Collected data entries
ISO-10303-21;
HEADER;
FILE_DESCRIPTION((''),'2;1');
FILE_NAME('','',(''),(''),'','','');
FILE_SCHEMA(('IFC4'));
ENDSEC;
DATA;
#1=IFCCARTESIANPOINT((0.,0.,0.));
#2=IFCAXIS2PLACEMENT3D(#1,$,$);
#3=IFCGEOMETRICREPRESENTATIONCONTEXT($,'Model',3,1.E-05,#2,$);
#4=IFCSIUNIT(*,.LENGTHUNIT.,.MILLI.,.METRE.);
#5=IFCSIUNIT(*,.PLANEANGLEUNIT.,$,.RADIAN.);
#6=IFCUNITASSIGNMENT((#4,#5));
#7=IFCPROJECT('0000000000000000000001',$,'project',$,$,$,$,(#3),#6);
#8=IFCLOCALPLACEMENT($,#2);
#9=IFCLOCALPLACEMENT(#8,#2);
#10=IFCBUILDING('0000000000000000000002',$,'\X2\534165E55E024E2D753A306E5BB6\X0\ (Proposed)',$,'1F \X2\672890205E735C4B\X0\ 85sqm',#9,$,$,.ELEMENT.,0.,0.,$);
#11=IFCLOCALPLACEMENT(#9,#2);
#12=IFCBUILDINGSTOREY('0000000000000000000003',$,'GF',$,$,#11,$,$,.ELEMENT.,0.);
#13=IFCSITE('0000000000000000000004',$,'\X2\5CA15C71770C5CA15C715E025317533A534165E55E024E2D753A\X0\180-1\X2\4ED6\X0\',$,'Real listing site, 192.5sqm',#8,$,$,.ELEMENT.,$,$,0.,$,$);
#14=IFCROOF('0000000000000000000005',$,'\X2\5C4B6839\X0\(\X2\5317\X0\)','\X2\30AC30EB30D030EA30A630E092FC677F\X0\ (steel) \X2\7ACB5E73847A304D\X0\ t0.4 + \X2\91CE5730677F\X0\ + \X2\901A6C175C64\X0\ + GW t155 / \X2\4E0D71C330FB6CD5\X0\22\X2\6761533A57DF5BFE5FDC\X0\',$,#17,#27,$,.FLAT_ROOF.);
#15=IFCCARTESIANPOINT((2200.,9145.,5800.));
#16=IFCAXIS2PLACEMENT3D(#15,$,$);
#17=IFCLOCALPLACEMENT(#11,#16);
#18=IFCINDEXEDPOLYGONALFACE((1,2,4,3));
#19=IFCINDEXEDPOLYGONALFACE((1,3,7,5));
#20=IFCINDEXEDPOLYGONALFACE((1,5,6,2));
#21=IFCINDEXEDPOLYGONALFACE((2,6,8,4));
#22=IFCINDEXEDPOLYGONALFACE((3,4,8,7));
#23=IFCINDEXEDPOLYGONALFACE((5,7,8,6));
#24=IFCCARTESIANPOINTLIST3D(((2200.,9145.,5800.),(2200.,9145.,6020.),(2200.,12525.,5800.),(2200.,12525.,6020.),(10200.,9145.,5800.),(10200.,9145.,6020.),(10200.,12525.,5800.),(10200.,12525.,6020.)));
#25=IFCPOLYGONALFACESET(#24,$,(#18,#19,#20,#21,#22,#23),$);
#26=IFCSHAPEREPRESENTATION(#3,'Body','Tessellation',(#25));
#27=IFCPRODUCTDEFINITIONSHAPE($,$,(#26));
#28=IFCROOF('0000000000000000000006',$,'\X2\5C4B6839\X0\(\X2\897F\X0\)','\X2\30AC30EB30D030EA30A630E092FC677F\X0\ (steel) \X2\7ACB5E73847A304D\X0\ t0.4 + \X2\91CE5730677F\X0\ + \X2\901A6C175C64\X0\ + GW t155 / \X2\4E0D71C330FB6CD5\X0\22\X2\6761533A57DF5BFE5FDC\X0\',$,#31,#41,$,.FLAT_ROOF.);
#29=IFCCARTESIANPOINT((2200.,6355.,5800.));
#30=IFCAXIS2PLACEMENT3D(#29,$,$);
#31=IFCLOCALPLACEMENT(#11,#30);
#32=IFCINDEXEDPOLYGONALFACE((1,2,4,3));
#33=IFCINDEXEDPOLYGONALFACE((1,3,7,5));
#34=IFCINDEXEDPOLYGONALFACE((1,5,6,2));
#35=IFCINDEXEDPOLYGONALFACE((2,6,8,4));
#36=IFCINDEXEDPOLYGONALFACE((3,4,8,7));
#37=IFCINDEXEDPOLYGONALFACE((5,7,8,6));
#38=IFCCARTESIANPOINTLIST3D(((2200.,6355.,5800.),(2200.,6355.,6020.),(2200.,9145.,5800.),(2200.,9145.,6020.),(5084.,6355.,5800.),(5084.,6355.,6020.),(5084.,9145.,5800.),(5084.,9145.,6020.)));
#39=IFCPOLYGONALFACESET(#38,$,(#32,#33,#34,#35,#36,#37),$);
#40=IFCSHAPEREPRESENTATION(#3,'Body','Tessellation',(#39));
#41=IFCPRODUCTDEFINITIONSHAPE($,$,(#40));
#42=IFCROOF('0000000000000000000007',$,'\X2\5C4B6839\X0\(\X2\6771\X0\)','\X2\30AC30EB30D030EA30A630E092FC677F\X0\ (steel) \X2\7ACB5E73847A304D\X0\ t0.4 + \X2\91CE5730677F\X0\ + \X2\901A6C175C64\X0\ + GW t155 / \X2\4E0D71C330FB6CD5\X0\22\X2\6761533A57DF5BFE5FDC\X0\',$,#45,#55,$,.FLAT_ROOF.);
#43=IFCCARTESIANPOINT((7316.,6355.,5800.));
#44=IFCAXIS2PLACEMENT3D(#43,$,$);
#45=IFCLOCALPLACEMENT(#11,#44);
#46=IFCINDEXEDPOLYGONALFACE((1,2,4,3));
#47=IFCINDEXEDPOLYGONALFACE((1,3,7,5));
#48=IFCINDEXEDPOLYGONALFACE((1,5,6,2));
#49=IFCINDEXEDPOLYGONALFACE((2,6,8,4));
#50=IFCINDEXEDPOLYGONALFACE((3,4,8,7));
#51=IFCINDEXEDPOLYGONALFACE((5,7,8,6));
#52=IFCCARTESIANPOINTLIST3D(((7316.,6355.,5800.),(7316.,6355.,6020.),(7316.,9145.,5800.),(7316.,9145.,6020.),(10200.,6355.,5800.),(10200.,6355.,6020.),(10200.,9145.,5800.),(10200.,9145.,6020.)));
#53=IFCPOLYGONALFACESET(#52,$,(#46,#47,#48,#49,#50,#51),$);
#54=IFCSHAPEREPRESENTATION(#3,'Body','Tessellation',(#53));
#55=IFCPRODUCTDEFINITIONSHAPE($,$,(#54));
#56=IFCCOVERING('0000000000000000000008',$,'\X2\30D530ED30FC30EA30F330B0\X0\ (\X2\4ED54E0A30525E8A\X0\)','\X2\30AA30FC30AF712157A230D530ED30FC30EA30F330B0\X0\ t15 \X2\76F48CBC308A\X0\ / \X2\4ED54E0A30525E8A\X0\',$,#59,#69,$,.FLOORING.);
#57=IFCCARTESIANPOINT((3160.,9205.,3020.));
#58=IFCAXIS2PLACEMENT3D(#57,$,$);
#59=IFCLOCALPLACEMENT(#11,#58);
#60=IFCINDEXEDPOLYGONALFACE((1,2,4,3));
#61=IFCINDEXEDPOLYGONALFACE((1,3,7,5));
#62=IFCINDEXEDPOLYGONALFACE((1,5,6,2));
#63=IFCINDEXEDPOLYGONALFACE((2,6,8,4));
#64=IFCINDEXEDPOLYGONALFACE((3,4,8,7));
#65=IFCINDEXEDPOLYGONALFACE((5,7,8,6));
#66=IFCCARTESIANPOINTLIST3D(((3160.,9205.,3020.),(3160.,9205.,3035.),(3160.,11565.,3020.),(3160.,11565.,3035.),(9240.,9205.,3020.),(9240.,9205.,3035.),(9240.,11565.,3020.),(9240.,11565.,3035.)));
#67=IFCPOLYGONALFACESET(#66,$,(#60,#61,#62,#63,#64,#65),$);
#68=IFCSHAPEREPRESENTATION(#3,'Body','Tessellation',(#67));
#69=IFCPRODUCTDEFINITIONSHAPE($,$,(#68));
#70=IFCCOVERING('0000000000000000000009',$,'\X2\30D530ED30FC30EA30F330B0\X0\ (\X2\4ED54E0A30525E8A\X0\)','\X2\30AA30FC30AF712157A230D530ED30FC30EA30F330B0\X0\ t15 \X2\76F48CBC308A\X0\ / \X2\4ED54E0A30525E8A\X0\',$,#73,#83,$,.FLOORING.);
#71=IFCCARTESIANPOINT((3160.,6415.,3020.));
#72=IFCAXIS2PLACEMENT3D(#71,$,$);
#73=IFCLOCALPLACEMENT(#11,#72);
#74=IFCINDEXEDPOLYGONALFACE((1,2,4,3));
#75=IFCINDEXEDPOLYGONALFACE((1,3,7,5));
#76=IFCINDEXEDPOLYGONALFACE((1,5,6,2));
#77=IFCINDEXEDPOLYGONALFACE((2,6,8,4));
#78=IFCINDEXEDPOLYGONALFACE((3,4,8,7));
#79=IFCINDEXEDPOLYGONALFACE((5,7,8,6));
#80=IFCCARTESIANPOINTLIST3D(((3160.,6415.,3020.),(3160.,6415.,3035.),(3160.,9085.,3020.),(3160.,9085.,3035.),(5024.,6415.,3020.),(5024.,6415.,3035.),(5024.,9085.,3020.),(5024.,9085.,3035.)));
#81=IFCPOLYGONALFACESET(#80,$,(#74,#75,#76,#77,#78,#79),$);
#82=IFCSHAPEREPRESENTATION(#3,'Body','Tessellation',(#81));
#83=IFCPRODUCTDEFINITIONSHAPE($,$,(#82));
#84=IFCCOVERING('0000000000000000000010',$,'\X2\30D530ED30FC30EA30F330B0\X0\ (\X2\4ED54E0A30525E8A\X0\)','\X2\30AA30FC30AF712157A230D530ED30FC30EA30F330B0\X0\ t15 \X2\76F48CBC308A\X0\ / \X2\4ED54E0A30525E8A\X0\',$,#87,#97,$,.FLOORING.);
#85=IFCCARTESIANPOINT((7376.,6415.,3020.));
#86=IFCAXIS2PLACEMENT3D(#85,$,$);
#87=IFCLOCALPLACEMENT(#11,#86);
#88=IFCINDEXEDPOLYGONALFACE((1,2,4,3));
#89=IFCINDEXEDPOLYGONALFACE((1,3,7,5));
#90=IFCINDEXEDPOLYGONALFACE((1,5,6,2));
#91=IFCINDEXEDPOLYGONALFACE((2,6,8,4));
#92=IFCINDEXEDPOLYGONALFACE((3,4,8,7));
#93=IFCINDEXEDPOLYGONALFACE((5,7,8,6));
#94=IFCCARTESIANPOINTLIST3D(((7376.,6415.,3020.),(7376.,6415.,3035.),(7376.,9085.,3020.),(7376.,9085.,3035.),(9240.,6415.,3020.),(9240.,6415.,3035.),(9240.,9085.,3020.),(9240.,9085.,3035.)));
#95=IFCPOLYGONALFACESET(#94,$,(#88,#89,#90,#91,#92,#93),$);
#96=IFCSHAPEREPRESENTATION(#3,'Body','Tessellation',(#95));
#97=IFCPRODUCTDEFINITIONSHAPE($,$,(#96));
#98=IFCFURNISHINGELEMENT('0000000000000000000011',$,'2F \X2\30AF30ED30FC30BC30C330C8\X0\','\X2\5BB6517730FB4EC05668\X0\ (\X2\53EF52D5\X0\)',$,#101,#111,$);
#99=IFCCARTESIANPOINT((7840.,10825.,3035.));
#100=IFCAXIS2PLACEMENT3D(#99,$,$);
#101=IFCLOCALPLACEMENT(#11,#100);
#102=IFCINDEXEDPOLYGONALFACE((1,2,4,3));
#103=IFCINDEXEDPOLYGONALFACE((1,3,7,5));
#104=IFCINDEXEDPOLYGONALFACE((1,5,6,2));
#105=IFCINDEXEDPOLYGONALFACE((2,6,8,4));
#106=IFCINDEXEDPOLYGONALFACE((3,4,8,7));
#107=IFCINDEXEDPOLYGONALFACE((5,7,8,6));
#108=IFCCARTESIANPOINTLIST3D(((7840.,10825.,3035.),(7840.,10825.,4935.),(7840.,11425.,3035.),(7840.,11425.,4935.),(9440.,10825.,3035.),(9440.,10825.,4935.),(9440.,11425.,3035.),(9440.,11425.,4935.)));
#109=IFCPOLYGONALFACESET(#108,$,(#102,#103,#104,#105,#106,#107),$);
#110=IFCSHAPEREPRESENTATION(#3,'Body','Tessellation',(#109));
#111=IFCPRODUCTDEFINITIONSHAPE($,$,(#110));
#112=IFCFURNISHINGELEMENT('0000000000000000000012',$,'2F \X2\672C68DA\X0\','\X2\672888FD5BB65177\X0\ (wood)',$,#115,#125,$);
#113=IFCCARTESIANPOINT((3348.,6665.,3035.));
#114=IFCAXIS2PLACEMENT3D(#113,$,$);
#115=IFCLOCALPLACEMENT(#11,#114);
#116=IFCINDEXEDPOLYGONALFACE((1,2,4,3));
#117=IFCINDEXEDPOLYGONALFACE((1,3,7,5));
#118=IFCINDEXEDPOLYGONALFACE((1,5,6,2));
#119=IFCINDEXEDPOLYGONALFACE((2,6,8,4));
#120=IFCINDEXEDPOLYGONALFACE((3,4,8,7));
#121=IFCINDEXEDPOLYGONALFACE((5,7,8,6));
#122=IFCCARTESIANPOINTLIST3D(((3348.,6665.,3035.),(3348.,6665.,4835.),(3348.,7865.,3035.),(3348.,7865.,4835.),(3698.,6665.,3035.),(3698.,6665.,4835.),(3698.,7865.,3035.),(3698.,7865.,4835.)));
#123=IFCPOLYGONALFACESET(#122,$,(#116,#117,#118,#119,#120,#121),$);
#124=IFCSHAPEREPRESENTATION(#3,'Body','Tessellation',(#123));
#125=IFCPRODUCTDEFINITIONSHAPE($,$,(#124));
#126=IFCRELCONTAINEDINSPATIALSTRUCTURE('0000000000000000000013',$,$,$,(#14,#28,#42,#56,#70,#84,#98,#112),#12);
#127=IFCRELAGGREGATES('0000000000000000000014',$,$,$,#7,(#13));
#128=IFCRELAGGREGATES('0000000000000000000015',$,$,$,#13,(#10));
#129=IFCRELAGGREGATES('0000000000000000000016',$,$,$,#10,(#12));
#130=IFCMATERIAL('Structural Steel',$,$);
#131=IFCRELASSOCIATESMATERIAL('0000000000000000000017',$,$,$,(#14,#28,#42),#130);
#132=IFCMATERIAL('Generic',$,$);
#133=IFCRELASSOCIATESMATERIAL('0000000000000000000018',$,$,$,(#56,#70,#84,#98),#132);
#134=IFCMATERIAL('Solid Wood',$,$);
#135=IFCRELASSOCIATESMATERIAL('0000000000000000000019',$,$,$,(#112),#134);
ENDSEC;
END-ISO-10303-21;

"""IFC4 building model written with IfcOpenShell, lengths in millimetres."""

from ifc_helpers import new_model, si_unit, frame, frame_2d, origin, place, context, project, spatial, rectangle, extrude, material, element, save


model = new_model("IFC4")

# Units and contexts
model_context = context("Model", 3, precision=1e-05, world=origin())
ifc_project = project(units=[si_unit("LENGTHUNIT", "METRE", prefix="MILLI"), si_unit("PLANEANGLEUNIT", "RADIAN")], contexts=[model_context])

# Site, building, storey
site_placement = place(None, origin())
site = spatial("IfcSite", under=ifc_project, at=site_placement, Name="岡山県岡山市北区十日市中町180-1他", ObjectType="Real listing site, 192.5sqm", CompositionType="ELEMENT", RefElevation=0.0)
building_placement = place(site_placement, origin())
building = spatial("IfcBuilding", under=site, at=building_placement, Name="十日市中町の家 (Proposed)", ObjectType="1F 木造平屋 85sqm", CompositionType="ELEMENT", ElevationOfRefHeight=0.0, ElevationOfTerrain=0.0)
storey_placement = place(building_placement, origin())
storey = spatial("IfcBuildingStorey", under=building, at=storey_placement, Name="GF", CompositionType="ELEMENT", Elevation=0.0)

# Shared definitions
ifc_material_1 = material(Name="Solid Wood")

# Shared definitions
ifc_material_2 = material(Name="Generic")

# Roofs
ifc_material_3 = material(Name="Structural Steel")
for number, where, name in (
    (1, (2200.0, 9145.0, 5800.0), "屋根(北)"),
):
    element("IfcRoof", number, at=place(storey_placement, frame(where)), inside=storey, material=ifc_material_3, Name=name, Description="ガルバリウム鋼板 (steel) 立平葺き t0.4 + 野地板 + 通気層 + GW t155 / 不燃・法22条区域対応", PredefinedType="FLAT_ROOF", context=model_context, shape_type="SweptSolid", body=[
        extrude(rectangle(XDim=8000.0, YDim=3380.0, at=frame_2d((4000.0, 1690.0))), frame((2200.0, 9145.0, 5800.0)), (0.0, 0.0, 1.0), 220.0),
    ])
roof_1_placement = place(storey_placement, frame((2200.0, 6355.0, 5800.0)))
element("IfcRoof", 2, at=roof_1_placement, inside=storey, material=ifc_material_3, Name="屋根(西)", Description="ガルバリウム鋼板 (steel) 立平葺き t0.4 + 野地板 + 通気層 + GW t155 / 不燃・法22条区域対応", PredefinedType="FLAT_ROOF", context=model_context, shape_type="SweptSolid", body=[
    extrude(rectangle(XDim=2884.0, YDim=2790.0, at=frame_2d((1442.0, 1395.0))), frame((2200.0, 6355.0, 5800.0)), (0.0, 0.0, 1.0), 220.0),
])
roof_2_placement = place(storey_placement, frame((7316.0, 6355.0, 5800.0)))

▶ **WHAT THE TASK ASKS**
Nothing should be returned except the lines from the first line of the data above through the line with "#5=IFCSIUNIT(*,.PLANEANGLEUNIT.,$,.RADIAN.);", each one exact.

▶ **EXERCISE ANSWER**
ISO-10303-21;
HEADER;
FILE_DESCRIPTION((''),'2;1');
FILE_NAME('','',(''),(''),'','','');
FILE_SCHEMA(('IFC4'));
ENDSEC;
DATA;
#1=IFCCARTESIANPOINT((0.,0.,0.));
#2=IFCAXIS2PLACEMENT3D(#1,$,$);
#3=IFCGEOMETRICREPRESENTATIONCONTEXT($,'Model',3,1.E-05,#2,$);
#4=IFCSIUNIT(*,.LENGTHUNIT.,.MILLI.,.METRE.);
#5=IFCSIUNIT(*,.PLANEANGLEUNIT.,$,.RADIAN.);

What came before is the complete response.